From integrating Apache Kafka at TCS for NSDL/CDSL depository holding feeds, I've learned patterns and best practices for building robust real-time systems. Here's a comprehensive guide to Kafka integration patterns.
Architecture: NSDL/CDSL Depository Feed Processing
1. Data Sources
NSDL Depository Feed
CDSL Depository Feed
Exchange Data (NSE/BSE)
→
2. Kafka Producers
GoLang Services
Schema Registry
Idempotent Producers
→
3. Kafka Topics
holding-updates
order-events
audit-logs
dead-letter
→
4. Kafka Consumers
Consumer Groups
Exactly-Once Processing
Parallel Consumers
→
5. Sinks
Oracle Database
Redis Cache
Monitoring System
Analytics Pipeline
1. Producer Patterns
1.1 Idempotent Producer Implementation
// GoLang Kafka Producer with idempotence
package main
import (
"github.com/segmentio/kafka-go"
"github.com/segmentio/kafka-go/snappy"
"context"
"time"
)
type IdempotentProducer struct {
writer *kafka.Writer
}
func NewIdempotentProducer(brokers []string, topic string) *IdempotentProducer {
return &IdempotentProducer{
writer: &kafka.Writer{
Addr: kafka.TCP(brokers...),
Topic: topic,
Balancer: &kafka.LeastBytes{},
RequiredAcks: kafka.RequireAll, // Wait for all replicas
Async: false, // Synchronous production
Compression: snappy.NewCompression(),
BatchTimeout: 50 * time.Millisecond,
BatchSize: 100,
// Idempotence configuration
Transport: &kafka.Transport{
Idempotent: true,
TransactionalID: "producer-1",
},
},
}
}
func (p *IdempotentProducer) Produce(ctx context.Context, key, value []byte) error {
message := kafka.Message{
Key: key,
Value: value,
Time: time.Now(),
Headers: []kafka.Header{
{Key: "producer-id", Value: []byte("holding-service")},
{Key: "message-id", Value: []byte(generateUUID())},
},
}
// Transactional production
err := p.writer.WriteMessages(ctx, message)
if err != nil {
// Implement retry logic with exponential backoff
return p.retryProduce(ctx, message, err)
}
return nil
}
func (p *IdempotentProducer) retryProduce(ctx context.Context, msg kafka.Message, err error) error {
backoff := time.Millisecond * 100
maxRetries := 5
for i := 0; i < maxRetries; i++ {
time.Sleep(backoff)
if err := p.writer.WriteMessages(ctx, msg); err == nil {
return nil
}
backoff *= 2
}
return err
}
1.2 Schema Evolution with Avro
// Avro schema management for holding updates
package schemas
// HoldingUpdate Avro schema
const HoldingUpdateSchema = `{
"type": "record",
"name": "HoldingUpdate",
"namespace": "com.tcs.depository",
"fields": [
{"name": "clientId", "type": "string"},
{"name": "isin", "type": "string"},
{"name": "quantity", "type": "long"},
{"name": "averagePrice", "type": "double"},
{"name": "updateType", "type": {"type": "enum", "name": "UpdateType", "symbols": ["BUY", "SELL", "SPLIT", "BONUS"]}},
{"name": "timestamp", "type": "long", "logicalType": "timestamp-millis"},
{"name": "version", "type": "int", "default": 1}
]
}`
// Schema evolution: Adding new field (backward compatible)
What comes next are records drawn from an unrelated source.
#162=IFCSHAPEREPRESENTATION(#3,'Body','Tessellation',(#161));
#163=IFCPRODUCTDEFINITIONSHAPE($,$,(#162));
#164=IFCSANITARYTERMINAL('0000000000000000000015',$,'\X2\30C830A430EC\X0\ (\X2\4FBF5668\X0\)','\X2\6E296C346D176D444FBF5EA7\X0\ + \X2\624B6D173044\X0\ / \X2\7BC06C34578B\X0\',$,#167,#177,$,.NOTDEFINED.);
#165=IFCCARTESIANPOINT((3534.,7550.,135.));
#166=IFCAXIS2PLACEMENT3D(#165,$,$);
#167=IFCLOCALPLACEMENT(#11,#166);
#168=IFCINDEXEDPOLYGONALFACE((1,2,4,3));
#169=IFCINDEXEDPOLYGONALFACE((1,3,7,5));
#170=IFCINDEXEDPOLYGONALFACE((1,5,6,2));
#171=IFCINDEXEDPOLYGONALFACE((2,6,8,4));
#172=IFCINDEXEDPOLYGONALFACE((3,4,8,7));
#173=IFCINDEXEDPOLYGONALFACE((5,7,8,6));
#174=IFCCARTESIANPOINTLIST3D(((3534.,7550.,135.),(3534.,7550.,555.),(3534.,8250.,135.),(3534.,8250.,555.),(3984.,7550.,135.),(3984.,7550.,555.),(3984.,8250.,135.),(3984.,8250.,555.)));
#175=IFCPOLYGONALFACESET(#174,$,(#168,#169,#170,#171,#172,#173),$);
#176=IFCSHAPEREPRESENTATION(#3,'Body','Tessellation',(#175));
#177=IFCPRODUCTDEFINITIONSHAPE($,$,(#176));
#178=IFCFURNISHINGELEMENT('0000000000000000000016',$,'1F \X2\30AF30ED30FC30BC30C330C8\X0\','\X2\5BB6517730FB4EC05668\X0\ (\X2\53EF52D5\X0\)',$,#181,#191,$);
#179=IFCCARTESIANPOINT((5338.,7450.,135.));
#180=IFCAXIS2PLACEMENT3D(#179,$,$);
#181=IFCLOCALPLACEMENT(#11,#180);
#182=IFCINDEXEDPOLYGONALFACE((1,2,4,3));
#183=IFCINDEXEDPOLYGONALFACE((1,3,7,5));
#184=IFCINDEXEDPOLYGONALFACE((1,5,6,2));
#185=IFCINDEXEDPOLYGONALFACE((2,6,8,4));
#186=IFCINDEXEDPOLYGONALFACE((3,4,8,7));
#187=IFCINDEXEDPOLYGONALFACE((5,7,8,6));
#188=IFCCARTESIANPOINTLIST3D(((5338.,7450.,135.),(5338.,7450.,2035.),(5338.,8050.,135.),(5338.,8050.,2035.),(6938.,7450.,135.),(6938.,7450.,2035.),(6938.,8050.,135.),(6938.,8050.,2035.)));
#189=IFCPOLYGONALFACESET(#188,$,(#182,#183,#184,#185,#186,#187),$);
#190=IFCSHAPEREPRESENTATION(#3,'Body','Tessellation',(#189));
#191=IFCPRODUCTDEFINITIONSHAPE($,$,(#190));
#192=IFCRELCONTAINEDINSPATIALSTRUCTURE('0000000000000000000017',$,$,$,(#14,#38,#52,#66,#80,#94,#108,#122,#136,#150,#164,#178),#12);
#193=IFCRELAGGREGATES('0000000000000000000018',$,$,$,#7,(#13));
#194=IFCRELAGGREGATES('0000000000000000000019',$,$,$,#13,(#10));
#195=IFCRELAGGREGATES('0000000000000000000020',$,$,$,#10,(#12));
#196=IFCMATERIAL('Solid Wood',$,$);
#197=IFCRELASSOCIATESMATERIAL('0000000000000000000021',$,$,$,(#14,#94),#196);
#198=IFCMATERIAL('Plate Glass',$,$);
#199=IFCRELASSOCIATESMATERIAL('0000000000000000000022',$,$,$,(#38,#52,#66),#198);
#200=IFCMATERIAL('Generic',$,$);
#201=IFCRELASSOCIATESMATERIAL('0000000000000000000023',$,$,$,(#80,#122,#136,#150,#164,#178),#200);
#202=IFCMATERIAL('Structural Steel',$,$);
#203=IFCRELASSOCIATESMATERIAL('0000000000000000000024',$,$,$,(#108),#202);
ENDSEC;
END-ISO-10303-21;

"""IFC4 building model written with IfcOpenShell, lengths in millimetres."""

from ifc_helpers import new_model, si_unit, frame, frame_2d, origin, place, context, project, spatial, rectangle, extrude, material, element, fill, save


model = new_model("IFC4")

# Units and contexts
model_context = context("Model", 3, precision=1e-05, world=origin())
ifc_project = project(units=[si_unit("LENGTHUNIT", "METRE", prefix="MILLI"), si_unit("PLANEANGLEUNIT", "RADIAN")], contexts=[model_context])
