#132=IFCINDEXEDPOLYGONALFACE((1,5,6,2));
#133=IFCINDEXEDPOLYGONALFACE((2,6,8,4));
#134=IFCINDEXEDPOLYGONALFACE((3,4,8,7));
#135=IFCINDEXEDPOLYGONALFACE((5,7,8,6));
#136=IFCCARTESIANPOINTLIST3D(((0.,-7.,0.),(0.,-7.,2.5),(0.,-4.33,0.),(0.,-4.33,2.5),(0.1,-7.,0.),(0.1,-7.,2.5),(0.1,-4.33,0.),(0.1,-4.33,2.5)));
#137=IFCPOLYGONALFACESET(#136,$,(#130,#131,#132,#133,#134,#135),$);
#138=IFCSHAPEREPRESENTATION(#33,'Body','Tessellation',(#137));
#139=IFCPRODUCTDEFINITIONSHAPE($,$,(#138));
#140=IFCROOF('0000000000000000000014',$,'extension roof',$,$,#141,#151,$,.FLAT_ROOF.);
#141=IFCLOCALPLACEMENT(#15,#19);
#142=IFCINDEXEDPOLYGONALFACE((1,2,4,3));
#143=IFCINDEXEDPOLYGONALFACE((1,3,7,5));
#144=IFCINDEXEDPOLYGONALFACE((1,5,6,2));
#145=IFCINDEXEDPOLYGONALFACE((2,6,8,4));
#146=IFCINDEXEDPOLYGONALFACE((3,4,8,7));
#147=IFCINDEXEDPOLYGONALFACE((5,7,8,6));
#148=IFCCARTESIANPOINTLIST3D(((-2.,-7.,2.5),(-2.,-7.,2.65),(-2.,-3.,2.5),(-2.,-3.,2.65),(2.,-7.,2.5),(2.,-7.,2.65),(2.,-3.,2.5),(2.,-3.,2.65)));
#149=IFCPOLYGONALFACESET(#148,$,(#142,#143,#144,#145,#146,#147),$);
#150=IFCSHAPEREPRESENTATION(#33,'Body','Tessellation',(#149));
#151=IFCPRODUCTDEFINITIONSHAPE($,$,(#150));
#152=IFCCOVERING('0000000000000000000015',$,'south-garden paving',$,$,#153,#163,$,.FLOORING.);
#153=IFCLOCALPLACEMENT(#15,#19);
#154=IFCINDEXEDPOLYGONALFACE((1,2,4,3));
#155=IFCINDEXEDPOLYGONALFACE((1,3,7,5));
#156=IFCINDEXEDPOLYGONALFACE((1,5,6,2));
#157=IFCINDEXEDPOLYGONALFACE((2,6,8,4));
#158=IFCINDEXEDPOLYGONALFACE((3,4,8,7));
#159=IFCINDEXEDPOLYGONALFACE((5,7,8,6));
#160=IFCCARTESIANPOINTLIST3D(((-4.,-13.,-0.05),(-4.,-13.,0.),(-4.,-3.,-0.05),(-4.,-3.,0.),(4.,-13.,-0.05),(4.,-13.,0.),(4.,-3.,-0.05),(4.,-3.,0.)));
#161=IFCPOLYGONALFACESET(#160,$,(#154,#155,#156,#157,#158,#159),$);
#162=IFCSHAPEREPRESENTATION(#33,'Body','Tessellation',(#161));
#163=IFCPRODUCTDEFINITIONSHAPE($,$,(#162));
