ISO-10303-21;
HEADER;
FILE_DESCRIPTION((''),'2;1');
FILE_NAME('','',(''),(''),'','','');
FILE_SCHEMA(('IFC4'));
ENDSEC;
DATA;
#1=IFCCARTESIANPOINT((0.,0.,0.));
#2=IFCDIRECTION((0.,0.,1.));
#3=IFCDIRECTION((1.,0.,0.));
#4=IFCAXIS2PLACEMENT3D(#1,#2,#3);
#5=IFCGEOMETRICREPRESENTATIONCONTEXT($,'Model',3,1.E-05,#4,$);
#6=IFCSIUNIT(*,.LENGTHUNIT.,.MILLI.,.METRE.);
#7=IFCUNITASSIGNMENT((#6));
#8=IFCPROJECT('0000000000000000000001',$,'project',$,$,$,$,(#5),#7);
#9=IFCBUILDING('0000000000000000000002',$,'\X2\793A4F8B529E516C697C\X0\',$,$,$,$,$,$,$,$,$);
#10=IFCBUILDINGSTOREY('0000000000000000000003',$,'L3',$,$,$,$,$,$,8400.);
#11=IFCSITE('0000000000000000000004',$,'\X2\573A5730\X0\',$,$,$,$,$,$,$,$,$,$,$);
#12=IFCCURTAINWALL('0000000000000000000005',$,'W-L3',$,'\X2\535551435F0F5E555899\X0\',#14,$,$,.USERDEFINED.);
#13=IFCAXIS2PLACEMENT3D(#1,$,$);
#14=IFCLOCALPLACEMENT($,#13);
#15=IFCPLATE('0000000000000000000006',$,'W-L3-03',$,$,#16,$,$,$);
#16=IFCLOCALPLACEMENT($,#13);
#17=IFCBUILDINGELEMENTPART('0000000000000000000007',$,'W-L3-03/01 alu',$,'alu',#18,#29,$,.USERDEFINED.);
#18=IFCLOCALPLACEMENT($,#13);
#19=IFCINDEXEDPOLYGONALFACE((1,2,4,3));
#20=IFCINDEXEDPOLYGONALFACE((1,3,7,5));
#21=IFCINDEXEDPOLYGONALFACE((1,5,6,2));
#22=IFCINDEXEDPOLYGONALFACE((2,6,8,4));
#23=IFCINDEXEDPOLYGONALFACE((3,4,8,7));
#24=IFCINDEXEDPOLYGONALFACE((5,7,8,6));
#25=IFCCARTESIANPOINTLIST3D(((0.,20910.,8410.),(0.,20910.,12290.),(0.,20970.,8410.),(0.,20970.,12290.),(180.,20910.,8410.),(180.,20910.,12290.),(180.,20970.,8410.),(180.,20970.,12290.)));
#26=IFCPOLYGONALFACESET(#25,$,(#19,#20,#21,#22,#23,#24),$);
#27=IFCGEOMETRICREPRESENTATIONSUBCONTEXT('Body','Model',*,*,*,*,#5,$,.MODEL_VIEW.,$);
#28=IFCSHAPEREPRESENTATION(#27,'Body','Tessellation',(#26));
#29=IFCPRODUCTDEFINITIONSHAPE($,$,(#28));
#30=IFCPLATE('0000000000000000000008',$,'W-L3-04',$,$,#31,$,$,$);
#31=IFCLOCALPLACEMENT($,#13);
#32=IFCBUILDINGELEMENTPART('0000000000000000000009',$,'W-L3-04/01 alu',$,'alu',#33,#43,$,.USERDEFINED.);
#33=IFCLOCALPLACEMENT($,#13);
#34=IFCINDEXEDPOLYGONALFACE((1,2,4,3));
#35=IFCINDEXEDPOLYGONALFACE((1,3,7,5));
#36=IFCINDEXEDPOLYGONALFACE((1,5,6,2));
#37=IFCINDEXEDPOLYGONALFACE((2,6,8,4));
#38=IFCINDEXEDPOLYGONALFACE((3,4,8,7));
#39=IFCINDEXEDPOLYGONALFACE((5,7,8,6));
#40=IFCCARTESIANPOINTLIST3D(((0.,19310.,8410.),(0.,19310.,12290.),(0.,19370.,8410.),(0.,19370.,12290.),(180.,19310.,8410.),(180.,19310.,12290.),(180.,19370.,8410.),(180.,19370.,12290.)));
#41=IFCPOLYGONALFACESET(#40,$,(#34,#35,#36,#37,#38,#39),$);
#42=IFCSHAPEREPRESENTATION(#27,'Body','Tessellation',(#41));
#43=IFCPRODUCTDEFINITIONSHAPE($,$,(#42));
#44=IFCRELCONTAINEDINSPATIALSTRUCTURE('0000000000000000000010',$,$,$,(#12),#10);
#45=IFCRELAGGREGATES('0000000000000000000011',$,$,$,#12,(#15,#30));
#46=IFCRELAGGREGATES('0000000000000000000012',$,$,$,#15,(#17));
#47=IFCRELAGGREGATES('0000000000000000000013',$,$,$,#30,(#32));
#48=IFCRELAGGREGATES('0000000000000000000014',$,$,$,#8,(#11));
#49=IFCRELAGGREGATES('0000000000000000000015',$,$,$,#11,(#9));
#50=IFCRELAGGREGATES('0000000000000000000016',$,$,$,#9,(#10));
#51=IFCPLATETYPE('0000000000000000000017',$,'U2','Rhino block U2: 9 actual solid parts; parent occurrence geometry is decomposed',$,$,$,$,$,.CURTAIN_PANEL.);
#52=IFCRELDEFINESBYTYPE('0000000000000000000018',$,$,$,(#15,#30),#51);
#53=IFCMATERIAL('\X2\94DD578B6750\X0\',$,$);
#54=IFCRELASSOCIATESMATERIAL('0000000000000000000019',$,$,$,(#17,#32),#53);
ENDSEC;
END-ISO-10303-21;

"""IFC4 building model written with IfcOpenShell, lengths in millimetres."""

from ifc_helpers import new_model, si_unit, frame, frame_2d, origin, origin_with_axes, place, context, subcontext, project, spatial, rectangle, extrude, source, transform, mapped, material, type_object, element, aggregate, save


model = new_model("IFC4")

# Units and contexts
model_context = context("Model", 3, precision=1e-05, world=origin_with_axes())
body_context = subcontext(model_context, "Body", "Model", "MODEL_VIEW")
ifc_project = project(units=[si_unit("LENGTHUNIT", "METRE", prefix="MILLI")], contexts=[model_context])

# Site, building, storey
site = spatial("IfcSite", under=ifc_project, Name="场地")
building = spatial("IfcBuilding", under=site, Name="示例办公楼")
storey = spatial("IfcBuildingStorey", under=building, Name="L3", Elevation=8400.0)

# Curtain wall, plates, building element parts
curtain_wall = element("IfcCurtainWall", 1, inside=storey, Name="W-L3", ObjectType="单元式幕墙", PredefinedType="USERDEFINED")
plate_type = type_object("IfcPlateType", Name="U2", Description="Rhino block U2: 9 actual solid parts; parent occurrence geometry is decomposed", PredefinedType="CURTAIN_PANEL")
plate_1_placement = place(None, frame((0.0, 20970.0, 8410.0), z_axis=(0.0, 0.0, 1.0), x_axis=(0.0, -1.0, 0.0)))
plate_1 = element("IfcPlate", 2, at=plate_1_placement, type_object=plate_type, Name="W-L3-03")
ifc_material_1 = material(Name="铝型材")
shared_shape_1 = source(origin(), body_context, "Body", "SweptSolid", [
    extrude(rectangle(XDim=60.0, YDim=180.0, at=frame_2d((30.0, 90.0))), origin(), (0.0, 0.0, 1.0), 3880.0),
])
building_element_part_1_placement = place(plate_1_placement, origin())
building_element_part_1 = element("IfcBuildingElementPart", 3, at=building_element_part_1_placement, material=ifc_material_1, Name="W-L3-03/01 alu", ObjectType="alu", PredefinedType="USERDEFINED", context=body_context, shape_type="MappedRepresentation", body=[
    mapped(shared_shape_1, transform((0.0, 0.0, 0.0))),
])
plate_2_placement = place(None, frame((0.0, 19370.0, 8410.0), z_axis=(0.0, 0.0, 1.0), x_axis=(0.0, -1.0, 0.0)))
plate_2 = element("IfcPlate", 4, at=plate_2_placement, type_object=plate_type, Name="W-L3-04")
building_element_part_2_placement = place(plate_2_placement, origin())
building_element_part_2 = element("IfcBuildingElementPart", 5, at=building_element_part_2_placement, material=ifc_material_1, Name="W-L3-04/01 alu", ObjectType="alu", PredefinedType="USERDEFINED", context=body_context, shape_type="MappedRepresentation", body=[
    mapped(shared_shape_1, transform((0.0, 0.0, 0.0))),
])
aggregate(curtain_wall, [plate_1, plate_2])
aggregate(plate_1, [building_element_part_1])
aggregate(plate_2, [building_element_part_2])

save(model, "model.ifc")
const HoldingUpdateSchemaV2 = `{
"type": "record",
"name": "HoldingUpdate",
"namespace": "com.tcs.depository",
"fields": [
{"name": "clientId", "type": "string"},
{"name": "isin", "type": "string"},
{"name": "quantity", "type": "long"},
{"name": "averagePrice", "type": "double"},
{"name": "updateType", "type": {"type": "enum", "name": "UpdateType", "symbols": ["BUY", "SELL", "SPLIT", "BONUS", "MERGER"]}},
{"name": "timestamp", "type": "long", "logicalType": "timestamp-millis"},
{"name": "version", "type": "int", "default": 2},
{"name": "exchange", "type": ["null", "string"], "default": null} // New optional field
]
}`
// Schema registry client
type SchemaRegistryClient struct {
registryURL string
client *http.Client
}
func (src *SchemaRegistryClient) GetSchema(schemaID int) (string, error) {
resp, err := src.client.Get(fmt.Sprintf("%s/schemas/ids/%d", src.registryURL, schemaID))
if err != nil {
return "", err
}
defer resp.Body.Close()
var schemaResp struct {
Schema string `json:"schema"`
}
if err := json.NewDecoder(resp.Body).Decode(&schemaResp); err != nil {
return "", err
}
return schemaResp.Schema, nil
}
2. Consumer Patterns
2.1 Exactly-Once Processing
// Exactly-once consumer with idempotent processing
package main
import (
"github.com/segmentio/kafka-go"
"context"
"sync"
"time"
)
type ExactlyOnceConsumer struct {
reader *kafka.Reader
db *sql.DB
processed map[string]bool // In-memory deduplication
mu sync.RWMutex
}
func NewExactlyOnceConsumer(brokers []string, topic, groupID string) *ExactlyOnceConsumer {
return &ExactlyOnceConsumer{
reader: kafka.NewReader(kafka.ReaderConfig{
Brokers: brokers,
Topic: topic,
GroupID: groupID,
MinBytes: 10e3, // 10KB
MaxBytes: 10e6, // 10MB
CommitInterval: time.Second,
StartOffset: kafka.FirstOffset,
// Enable idempotent consumption
IsolationLevel: kafka.ReadCommitted,
}),
processed: make(map[string]bool),
}
}
func (c *ExactlyOnceConsumer) ProcessMessages(ctx context.Context) error {
for {
select {
case <-ctx.Done():
return ctx.Err()
default:
msg, err := c.reader.FetchMessage(ctx)
if err != nil {
return err
}
// Check if already processed
messageID := string(msg.Headers.Get("message-id"))
c.mu.RLock()
if c.processed[messageID] {
c.mu.RUnlock()
c.reader.CommitMessages(ctx, msg)
continue
}
c.mu.RUnlock()
// Process with idempotent operation
if err := c.processMessage(msg); err != nil {
// Send to dead-letter queue
c.sendToDLQ(msg, err)
continue
}
// Mark as processed
c.mu.Lock()
c.processed[messageID] = true
c.mu.Unlock()
// Commit offset
if err := c.reader.CommitMessages(ctx, msg); err != nil {
return err
}
}
}
}
func (c *ExactlyOnceConsumer) processMessage(msg kafka.Message) error {
// Idempotent database operation
tx, err := c.db.Begin()
if err != nil {
return err
}
defer tx.Rollback()
// Use UPSERT to ensure idempotence
_, err = tx.Exec(`
INSERT INTO holding_updates
(message_id, client_id, isin, quantity, processed_at)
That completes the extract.